_AIM OF THE EXERCISE_
Would you please copy each line of the data in which the string "Check" occurs?

_RECORDS TO PROCESS_
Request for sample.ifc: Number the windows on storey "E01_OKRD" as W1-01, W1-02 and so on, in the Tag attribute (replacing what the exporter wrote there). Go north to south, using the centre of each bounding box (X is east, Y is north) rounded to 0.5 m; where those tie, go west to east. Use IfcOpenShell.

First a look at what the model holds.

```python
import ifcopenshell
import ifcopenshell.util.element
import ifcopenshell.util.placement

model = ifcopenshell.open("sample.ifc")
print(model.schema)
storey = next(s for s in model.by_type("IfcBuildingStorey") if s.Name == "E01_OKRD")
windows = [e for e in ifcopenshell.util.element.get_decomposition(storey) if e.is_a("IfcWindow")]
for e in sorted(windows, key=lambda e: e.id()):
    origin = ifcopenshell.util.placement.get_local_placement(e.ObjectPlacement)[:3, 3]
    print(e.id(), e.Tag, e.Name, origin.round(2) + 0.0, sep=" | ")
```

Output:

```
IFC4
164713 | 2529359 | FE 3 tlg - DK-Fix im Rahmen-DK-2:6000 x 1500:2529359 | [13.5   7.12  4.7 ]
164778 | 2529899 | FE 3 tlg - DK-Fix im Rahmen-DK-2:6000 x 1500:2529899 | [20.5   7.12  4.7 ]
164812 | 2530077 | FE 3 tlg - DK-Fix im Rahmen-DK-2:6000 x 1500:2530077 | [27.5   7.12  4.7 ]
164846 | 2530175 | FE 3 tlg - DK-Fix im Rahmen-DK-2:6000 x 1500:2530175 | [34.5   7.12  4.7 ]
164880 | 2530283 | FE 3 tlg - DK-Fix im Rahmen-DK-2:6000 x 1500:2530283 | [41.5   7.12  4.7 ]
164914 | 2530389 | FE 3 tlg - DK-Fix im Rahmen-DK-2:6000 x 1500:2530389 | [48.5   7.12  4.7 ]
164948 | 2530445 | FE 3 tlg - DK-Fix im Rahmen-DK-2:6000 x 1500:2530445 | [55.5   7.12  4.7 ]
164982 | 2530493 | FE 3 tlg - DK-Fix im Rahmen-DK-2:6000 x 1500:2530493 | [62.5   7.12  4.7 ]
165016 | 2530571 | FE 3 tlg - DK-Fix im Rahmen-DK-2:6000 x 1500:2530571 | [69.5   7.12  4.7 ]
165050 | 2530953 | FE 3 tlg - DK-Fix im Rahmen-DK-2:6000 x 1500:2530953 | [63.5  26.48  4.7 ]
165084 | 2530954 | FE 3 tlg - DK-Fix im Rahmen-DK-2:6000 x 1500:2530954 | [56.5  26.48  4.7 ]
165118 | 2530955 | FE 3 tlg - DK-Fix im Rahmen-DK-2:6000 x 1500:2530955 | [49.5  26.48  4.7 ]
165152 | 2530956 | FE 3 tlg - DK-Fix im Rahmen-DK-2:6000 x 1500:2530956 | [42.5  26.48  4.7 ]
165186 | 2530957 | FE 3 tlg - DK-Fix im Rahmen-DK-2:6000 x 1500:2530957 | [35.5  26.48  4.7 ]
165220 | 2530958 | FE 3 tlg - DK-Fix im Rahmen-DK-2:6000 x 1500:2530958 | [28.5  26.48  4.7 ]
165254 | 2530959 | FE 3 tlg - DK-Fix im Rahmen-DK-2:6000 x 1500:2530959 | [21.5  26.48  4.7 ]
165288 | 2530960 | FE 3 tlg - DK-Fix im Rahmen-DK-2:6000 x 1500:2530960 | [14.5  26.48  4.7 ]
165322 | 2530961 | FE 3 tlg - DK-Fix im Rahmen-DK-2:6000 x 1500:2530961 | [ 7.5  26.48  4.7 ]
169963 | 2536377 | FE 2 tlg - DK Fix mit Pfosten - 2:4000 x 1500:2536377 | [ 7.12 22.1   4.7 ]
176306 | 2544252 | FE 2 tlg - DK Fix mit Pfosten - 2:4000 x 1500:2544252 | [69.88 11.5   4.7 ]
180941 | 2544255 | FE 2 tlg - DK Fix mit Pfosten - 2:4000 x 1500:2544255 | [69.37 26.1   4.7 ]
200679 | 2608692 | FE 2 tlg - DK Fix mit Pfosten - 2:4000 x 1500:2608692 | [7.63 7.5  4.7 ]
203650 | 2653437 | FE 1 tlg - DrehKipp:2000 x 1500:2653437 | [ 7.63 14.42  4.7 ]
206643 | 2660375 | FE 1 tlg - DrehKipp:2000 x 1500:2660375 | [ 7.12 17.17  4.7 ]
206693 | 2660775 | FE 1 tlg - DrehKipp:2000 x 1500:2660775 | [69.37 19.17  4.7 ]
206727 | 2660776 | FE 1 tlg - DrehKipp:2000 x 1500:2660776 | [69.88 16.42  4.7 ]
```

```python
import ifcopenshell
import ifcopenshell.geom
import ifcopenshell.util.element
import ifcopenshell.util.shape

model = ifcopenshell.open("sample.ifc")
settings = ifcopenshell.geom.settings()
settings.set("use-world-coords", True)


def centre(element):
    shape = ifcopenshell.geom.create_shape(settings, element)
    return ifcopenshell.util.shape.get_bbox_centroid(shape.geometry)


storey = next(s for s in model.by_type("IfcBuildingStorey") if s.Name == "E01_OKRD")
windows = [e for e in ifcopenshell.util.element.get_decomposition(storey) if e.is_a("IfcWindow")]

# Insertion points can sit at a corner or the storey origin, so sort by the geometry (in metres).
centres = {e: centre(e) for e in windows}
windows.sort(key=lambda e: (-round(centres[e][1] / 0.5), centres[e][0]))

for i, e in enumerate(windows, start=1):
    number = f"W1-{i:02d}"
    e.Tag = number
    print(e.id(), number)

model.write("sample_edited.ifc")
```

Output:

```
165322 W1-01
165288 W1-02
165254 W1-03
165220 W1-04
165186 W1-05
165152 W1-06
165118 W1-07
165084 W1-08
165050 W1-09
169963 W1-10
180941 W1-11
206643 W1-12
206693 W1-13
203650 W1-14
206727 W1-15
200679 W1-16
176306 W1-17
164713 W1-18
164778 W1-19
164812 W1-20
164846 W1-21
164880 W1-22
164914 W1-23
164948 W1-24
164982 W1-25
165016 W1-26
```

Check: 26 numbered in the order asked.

* * *

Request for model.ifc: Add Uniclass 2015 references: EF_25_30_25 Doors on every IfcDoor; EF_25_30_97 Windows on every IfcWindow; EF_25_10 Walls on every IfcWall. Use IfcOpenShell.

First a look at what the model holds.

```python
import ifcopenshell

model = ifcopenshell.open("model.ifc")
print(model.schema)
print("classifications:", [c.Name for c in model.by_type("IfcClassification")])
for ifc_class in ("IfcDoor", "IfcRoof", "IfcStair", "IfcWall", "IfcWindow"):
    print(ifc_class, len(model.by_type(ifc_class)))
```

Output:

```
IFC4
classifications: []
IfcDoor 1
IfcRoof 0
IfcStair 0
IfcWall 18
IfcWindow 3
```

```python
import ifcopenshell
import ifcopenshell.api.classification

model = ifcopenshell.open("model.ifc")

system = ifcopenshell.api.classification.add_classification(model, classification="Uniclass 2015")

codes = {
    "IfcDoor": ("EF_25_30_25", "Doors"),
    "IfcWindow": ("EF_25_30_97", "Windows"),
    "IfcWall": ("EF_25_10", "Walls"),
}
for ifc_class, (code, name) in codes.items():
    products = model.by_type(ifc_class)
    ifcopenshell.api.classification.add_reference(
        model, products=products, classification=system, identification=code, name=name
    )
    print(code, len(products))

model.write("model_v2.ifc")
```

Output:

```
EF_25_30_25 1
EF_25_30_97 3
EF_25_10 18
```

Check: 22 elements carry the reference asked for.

_RESPONSE_
Check: 26 numbered in the order asked.
Check: 22 elements carry the reference asked for.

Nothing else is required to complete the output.